This guide is written for customers who want one single page that explains what to do, in what order, and why. Follow it from top to bottom. If you do not want to use real money yet, stop at the paper trading section and practice there first.
Install the app, activate the license, and confirm the main UI opens without errors.
Choose how signals will enter the bot: AmiBroker, MT4 or MT5, WebSocket, or manual testing.
Set broker connection, money management, segment windows, and any square-off rules before testing.
Enable paper trading, send test signals, inspect costs, and validate the strategy behavior.
Use history and analytics to verify win rate, costs, behavior during market hours, and consistency.
Turn on live trading only after paper mode results are acceptable and your safeguards are confirmed.
Full setup, cost model, viability tiers, metrics, and paper-to-live decision framework.
Real execution flow, broker safeguards, live controls, and first-week operating checklist.
How stale-feed detection and protection guardrails work and how to verify them.
Start the bot, complete license activation if required, and confirm the main dashboard loads normally.
If activation fails, fix that first. Nothing else matters until the app is licensed and stable.
Decide how the bot will receive entries and exits.
| Signal source | Best use | What to do |
|---|---|---|
| AmiBroker | Strategy automation from AFL | Configure the gateway or plugin, then send a small paper signal to confirm symbol mapping. |
| MT4 or MT5 | MetaTrader-based strategies | Set up the WebSocket or DLL integration and verify the bot receives data from your terminal. |
| Manual sender | Testing and debugging | Use manual signals to validate the bot flow before wiring a live external source. |
If you are still testing, keep your focus on paper trading first. If you plan to go live later, prepare the broker integration now so you do not scramble later.
Supported broker architecture in the project includes major Indian broker workflows such as Shoonya or Finvasia, Zerodha, Fyers, Upstox, and SASOnline.
This is where you define sizing and limits: capital allocation, risk per trade, daily loss caps, weekly caps, and any execution constraints.
The system should be treated as risk-first, not signal-first. A strong signal with bad sizing is still bad trading.
Make sure the correct session or segment rules are configured. Different market segments can have different entry windows and square-off times.
This prevents new trades from being accepted outside valid trading hours and keeps end-of-day behavior predictable.
Once configuration is complete, switch to paper mode and run multiple controlled signals. Confirm entries, exits, rejections, stop-loss behavior, and cost calculations.

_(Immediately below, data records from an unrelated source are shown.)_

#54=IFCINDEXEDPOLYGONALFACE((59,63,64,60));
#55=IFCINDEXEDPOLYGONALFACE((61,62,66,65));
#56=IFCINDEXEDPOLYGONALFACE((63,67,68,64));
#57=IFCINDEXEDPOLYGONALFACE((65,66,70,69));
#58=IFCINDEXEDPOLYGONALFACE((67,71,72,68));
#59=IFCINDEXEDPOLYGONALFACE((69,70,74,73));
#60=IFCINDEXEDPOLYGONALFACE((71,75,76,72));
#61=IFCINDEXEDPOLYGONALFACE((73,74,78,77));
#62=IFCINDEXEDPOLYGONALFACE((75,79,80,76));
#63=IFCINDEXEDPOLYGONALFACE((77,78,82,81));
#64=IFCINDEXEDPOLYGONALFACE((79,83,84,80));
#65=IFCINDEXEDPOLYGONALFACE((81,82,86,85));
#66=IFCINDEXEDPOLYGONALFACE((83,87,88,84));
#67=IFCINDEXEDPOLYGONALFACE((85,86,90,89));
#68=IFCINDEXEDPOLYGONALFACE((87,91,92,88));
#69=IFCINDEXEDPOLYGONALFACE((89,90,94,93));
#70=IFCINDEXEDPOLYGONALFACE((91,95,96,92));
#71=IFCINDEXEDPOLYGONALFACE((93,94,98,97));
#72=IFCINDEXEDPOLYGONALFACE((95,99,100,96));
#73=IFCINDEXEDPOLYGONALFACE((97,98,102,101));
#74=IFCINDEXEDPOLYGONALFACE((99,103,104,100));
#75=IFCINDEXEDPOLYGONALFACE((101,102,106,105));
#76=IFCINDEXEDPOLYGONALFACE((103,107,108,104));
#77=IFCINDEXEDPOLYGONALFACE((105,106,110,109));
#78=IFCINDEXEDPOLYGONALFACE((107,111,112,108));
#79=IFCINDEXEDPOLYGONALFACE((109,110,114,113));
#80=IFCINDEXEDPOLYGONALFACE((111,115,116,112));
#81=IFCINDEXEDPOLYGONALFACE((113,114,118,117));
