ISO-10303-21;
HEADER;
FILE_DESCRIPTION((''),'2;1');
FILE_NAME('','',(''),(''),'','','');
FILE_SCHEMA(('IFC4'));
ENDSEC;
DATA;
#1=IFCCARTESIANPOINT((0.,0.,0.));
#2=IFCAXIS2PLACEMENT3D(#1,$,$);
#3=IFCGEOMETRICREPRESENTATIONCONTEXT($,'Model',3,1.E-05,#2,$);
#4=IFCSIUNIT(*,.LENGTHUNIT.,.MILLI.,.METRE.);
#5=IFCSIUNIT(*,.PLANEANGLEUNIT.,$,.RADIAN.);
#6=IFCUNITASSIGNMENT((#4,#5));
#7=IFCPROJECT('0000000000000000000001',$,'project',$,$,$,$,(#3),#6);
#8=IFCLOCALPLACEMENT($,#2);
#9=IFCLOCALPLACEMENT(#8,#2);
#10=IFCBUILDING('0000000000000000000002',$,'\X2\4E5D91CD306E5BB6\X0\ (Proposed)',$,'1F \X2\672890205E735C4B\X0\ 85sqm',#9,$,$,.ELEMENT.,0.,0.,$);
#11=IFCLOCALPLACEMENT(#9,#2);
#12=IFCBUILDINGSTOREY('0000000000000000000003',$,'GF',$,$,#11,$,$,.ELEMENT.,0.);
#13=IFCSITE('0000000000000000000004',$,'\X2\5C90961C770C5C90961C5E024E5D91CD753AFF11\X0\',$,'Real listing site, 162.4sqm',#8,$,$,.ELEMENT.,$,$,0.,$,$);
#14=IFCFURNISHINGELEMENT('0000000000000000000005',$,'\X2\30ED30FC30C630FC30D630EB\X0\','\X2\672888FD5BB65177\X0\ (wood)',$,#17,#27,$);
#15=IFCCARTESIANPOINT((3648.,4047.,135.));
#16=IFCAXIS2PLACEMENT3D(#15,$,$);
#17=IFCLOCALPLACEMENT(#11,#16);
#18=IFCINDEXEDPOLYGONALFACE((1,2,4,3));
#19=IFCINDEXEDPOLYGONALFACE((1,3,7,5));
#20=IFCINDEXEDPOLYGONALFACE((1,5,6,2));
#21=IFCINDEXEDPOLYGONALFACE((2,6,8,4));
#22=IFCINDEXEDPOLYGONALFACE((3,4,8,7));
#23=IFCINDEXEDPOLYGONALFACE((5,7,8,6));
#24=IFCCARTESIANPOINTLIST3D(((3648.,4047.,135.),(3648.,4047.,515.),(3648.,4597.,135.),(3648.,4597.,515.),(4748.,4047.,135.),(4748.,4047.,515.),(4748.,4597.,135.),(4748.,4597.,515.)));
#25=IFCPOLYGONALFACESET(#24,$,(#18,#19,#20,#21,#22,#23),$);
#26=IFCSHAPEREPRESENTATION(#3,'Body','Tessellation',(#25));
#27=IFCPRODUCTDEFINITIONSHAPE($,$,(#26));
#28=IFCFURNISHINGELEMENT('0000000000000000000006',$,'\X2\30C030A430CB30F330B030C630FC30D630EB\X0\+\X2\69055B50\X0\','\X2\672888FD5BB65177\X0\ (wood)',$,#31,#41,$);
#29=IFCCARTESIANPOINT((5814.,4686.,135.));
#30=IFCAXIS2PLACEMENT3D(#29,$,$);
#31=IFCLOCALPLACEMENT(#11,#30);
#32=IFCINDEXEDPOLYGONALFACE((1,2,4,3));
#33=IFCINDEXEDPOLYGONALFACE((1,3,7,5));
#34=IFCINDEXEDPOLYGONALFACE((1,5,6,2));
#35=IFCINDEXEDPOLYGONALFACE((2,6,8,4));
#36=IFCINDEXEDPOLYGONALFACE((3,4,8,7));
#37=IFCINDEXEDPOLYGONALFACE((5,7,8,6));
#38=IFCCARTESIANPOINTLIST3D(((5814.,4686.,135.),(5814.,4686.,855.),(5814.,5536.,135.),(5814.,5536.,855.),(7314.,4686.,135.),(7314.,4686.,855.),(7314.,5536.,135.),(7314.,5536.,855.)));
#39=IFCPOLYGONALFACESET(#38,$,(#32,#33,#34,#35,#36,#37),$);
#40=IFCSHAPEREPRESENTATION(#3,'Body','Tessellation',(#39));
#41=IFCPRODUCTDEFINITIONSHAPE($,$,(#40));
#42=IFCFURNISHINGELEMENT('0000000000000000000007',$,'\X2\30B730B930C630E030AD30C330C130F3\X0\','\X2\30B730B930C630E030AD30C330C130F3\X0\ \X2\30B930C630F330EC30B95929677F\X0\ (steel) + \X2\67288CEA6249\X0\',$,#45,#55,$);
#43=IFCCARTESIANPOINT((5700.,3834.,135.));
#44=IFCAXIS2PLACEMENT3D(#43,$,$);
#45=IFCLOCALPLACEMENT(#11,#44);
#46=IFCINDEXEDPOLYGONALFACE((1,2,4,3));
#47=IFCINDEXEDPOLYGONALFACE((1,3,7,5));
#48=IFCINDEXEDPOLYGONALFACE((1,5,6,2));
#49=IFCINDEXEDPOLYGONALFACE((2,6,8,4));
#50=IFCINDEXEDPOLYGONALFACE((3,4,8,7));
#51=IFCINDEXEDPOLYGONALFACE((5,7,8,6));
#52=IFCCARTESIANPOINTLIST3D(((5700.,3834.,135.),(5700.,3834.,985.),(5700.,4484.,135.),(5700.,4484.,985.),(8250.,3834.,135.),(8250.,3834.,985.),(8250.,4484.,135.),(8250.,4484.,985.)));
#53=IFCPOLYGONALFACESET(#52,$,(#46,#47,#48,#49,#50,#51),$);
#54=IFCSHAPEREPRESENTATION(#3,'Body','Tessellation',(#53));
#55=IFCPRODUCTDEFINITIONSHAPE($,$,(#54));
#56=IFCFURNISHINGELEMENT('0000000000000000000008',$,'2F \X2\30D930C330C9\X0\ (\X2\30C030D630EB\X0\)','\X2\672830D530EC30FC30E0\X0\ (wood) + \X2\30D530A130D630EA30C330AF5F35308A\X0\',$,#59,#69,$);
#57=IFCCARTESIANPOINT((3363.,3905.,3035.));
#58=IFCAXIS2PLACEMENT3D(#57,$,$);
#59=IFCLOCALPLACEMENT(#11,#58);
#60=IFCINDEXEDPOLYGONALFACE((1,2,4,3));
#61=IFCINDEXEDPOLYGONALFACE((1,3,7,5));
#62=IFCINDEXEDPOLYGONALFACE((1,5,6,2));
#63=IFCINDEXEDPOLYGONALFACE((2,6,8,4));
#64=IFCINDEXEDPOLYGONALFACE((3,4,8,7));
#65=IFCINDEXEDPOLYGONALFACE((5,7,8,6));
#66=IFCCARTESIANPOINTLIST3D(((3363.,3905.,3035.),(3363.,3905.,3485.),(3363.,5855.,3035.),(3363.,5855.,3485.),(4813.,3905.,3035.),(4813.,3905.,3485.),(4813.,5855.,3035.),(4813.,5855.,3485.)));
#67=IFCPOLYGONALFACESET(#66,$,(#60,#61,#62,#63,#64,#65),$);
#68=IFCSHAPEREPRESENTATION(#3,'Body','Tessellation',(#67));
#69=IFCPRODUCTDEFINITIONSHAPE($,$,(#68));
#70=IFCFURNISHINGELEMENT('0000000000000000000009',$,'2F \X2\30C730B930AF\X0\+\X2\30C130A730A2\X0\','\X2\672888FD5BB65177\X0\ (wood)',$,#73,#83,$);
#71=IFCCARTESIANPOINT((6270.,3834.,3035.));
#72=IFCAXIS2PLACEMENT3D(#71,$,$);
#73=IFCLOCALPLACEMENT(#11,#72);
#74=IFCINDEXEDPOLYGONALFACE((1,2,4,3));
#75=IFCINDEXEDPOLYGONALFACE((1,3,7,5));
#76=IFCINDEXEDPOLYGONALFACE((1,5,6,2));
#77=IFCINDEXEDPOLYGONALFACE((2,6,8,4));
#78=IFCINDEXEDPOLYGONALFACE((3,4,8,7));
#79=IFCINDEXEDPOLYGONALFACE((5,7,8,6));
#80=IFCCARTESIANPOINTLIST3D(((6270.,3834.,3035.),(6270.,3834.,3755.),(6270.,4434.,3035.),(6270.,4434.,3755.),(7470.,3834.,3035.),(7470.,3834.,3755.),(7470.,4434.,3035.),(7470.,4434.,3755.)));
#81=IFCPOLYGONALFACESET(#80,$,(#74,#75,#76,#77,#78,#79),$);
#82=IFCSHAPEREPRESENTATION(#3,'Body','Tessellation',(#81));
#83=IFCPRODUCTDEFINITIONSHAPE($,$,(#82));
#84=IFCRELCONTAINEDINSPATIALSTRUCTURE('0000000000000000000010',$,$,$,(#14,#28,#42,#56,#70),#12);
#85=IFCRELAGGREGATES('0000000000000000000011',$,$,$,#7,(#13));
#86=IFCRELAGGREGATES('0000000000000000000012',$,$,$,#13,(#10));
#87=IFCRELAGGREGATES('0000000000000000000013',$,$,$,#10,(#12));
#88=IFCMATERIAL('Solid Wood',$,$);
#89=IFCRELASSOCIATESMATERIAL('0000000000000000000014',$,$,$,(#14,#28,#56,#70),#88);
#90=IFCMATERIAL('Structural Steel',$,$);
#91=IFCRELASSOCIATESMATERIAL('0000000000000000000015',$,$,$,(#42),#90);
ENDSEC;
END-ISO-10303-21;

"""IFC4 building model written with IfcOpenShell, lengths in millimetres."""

from ifc_helpers import new_model, si_unit, frame, frame_2d, origin, place, context, project, spatial, rectangle, extrude, material, element, save


model = new_model("IFC4")

# Units and contexts
model_context = context("Model", 3, precision=1e-05, world=origin())
ifc_project = project(units=[si_unit("LENGTHUNIT", "METRE", prefix="MILLI"), si_unit("PLANEANGLEUNIT", "RADIAN")], contexts=[model_context])

# Site, building, storey
site_placement = place(None, origin())
site = spatial("IfcSite", under=ifc_project, at=site_placement, Name="岐阜県岐阜市九重町１", ObjectType="Real listing site, 162.4sqm", CompositionType="ELEMENT", RefElevation=0.0)
building_placement = place(site_placement, origin())
building = spatial("IfcBuilding", under=site, at=building_placement, Name="九重の家 (Proposed)", ObjectType="1F 木造平屋 85sqm", CompositionType="ELEMENT", ElevationOfRefHeight=0.0, ElevationOfTerrain=0.0)
storey_placement = place(building_placement, origin())
storey = spatial("IfcBuildingStorey", under=building, at=storey_placement, Name="GF", CompositionType="ELEMENT", Elevation=0.0)

# Shared definitions
ifc_material_1 = material(Name="Solid Wood")

# Shared definitions
ifc_material_2 = material(Name="Structural Steel")

# Furnishing elements
furnishing_1_placement = place(storey_placement, frame((3648.0, 4047.0, 135.0)))
element("IfcFurnishingElement", 1, at=furnishing_1_placement, inside=storey, material=ifc_material_1, Name="ローテーブル", Description="木製家具 (wood)", context=model_context, shape_type="SweptSolid", body=[
    extrude(rectangle(XDim=1100.0, YDim=550.0, at=frame_2d((550.0, 275.0))), frame((3648.0, 4047.0, 135.0)), (0.0, 0.0, 1.0), 380.0),
])
furnishing_2_placement = place(storey_placement, frame((5814.0, 4686.0, 135.0)))
element("IfcFurnishingElement", 2, at=furnishing_2_placement, inside=storey, material=ifc_material_1, Name="ダイニングテーブル+椅子", Description="木製家具 (wood)", context=model_context, shape_type="SweptSolid", body=[
    extrude(rectangle(XDim=1500.0, YDim=850.0, at=frame_2d((750.0, 425.0))), frame((5814.0, 4686.0, 135.0)), (0.0, 0.0, 1.0), 720.0),
])
furnishing_3_placement = place(storey_placement, frame((5700.0, 3834.0, 135.0)))
element("IfcFurnishingElement", 3, at=furnishing_3_placement, inside=storey, material=ifc_material_2, Name="システムキッチン", Description="システムキッチン ステンレス天板 (steel) + 木質扉", context=model_context, shape_type="SweptSolid", body=[
    extrude(rectangle(XDim=2550.0, YDim=650.0, at=frame_2d((1275.0, 325.0))), frame((5700.0, 3834.0, 135.0)), (0.0, 0.0, 1.0), 850.0),
])
furnishing_4_placement = place(storey_placement, frame((3363.0, 3905.0, 3035.0)))
element("IfcFurnishingElement", 4, at=furnishing_4_placement, inside=storey, material=ifc_material_1, Name="2F ベッド (ダブル)", Description="木フレーム (wood) + ファブリック張り", context=model_context, shape_type="SweptSolid", body=[
    extrude(rectangle(XDim=1450.0, YDim=1950.0, at=frame_2d((725.0, 975.0))), frame((3363.0, 3905.0, 3035.0)), (0.0, 0.0, 1.0), 450.0),
])
furnishing_5_placement = place(storey_placement, frame((6270.0, 3834.0, 3035.0)))
element("IfcFurnishingElement", 5, at=furnishing_5_placement, inside=storey, material=ifc_material_1, Name="2F デスク+チェア", Description="木製家具 (wood)", context=model_context, shape_type="SweptSolid", body=[
    extrude(rectangle(XDim=1200.0, YDim=600.0, at=frame_2d((600.0, 300.0))), frame((6270.0, 3834.0, 3035.0)), (0.0, 0.0, 1.0), 720.0),
])

save(model, "model.ifc")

Do not judge the system from a single signal. Review a group of paper trades and check whether results, costs, and trade quality make sense over time.
Once paper testing proves the setup is correct, activate live mode carefully and begin with conservative size. Keep the same risk controls.
Paper trading is where you prove the signal flow, cost assumptions, and bot decisions before real execution. Use it to validate the entire chain.
The Trade Calculator is not a toy. It uses the same paper-trading cost model and viability logic so you can test a trade before sending it.
| Scenario | What you should do |
|---|---|
| Trade is rejected | Check the viability score, required edge, and whether your target is too close. |
| Net profit is too low | Increase target quality, reduce weak setups, or review quantity and charges. |
| Auto RR target is higher than your manual target | Your manual target may be too small for the system risk model. |
| Minimum viable TP is much higher than expected | The trade may be too expensive relative to edge, especially on low-range moves. |
| Problem | Likely reason | What to check first |
|---|---|---|
| No trades are appearing | Signal source is not connected or symbols are mismatched | Check the source integration, symbol naming, and whether the bot is actually receiving signals. |
| Signals are rejected | Out-of-window time, weak viability, or blocked risk settings | Review trading windows, score or tier, required edge, and daily loss protections. |
| Quantity looks wrong | Money management settings are misconfigured | Recheck capital allocation, per-trade risk, lot sizing, and broker quantity rules. |
| Profit is much lower than expected | Costs, spread, slippage, or unrealistic target assumptions | Use the Trade Calculator to inspect cost breakdown and minimum viable TP. |
| Paper mode works but live does not | Broker auth, order permissions, or execution mapping issue | Validate broker session, credentials, product type, and symbol or instrument mapping. |
Install the bot. Connect the signal source. Configure risk. Validate on paper. Review the results. Then go live.
Most user mistakes happen because they reverse that order. This guide is designed to prevent that.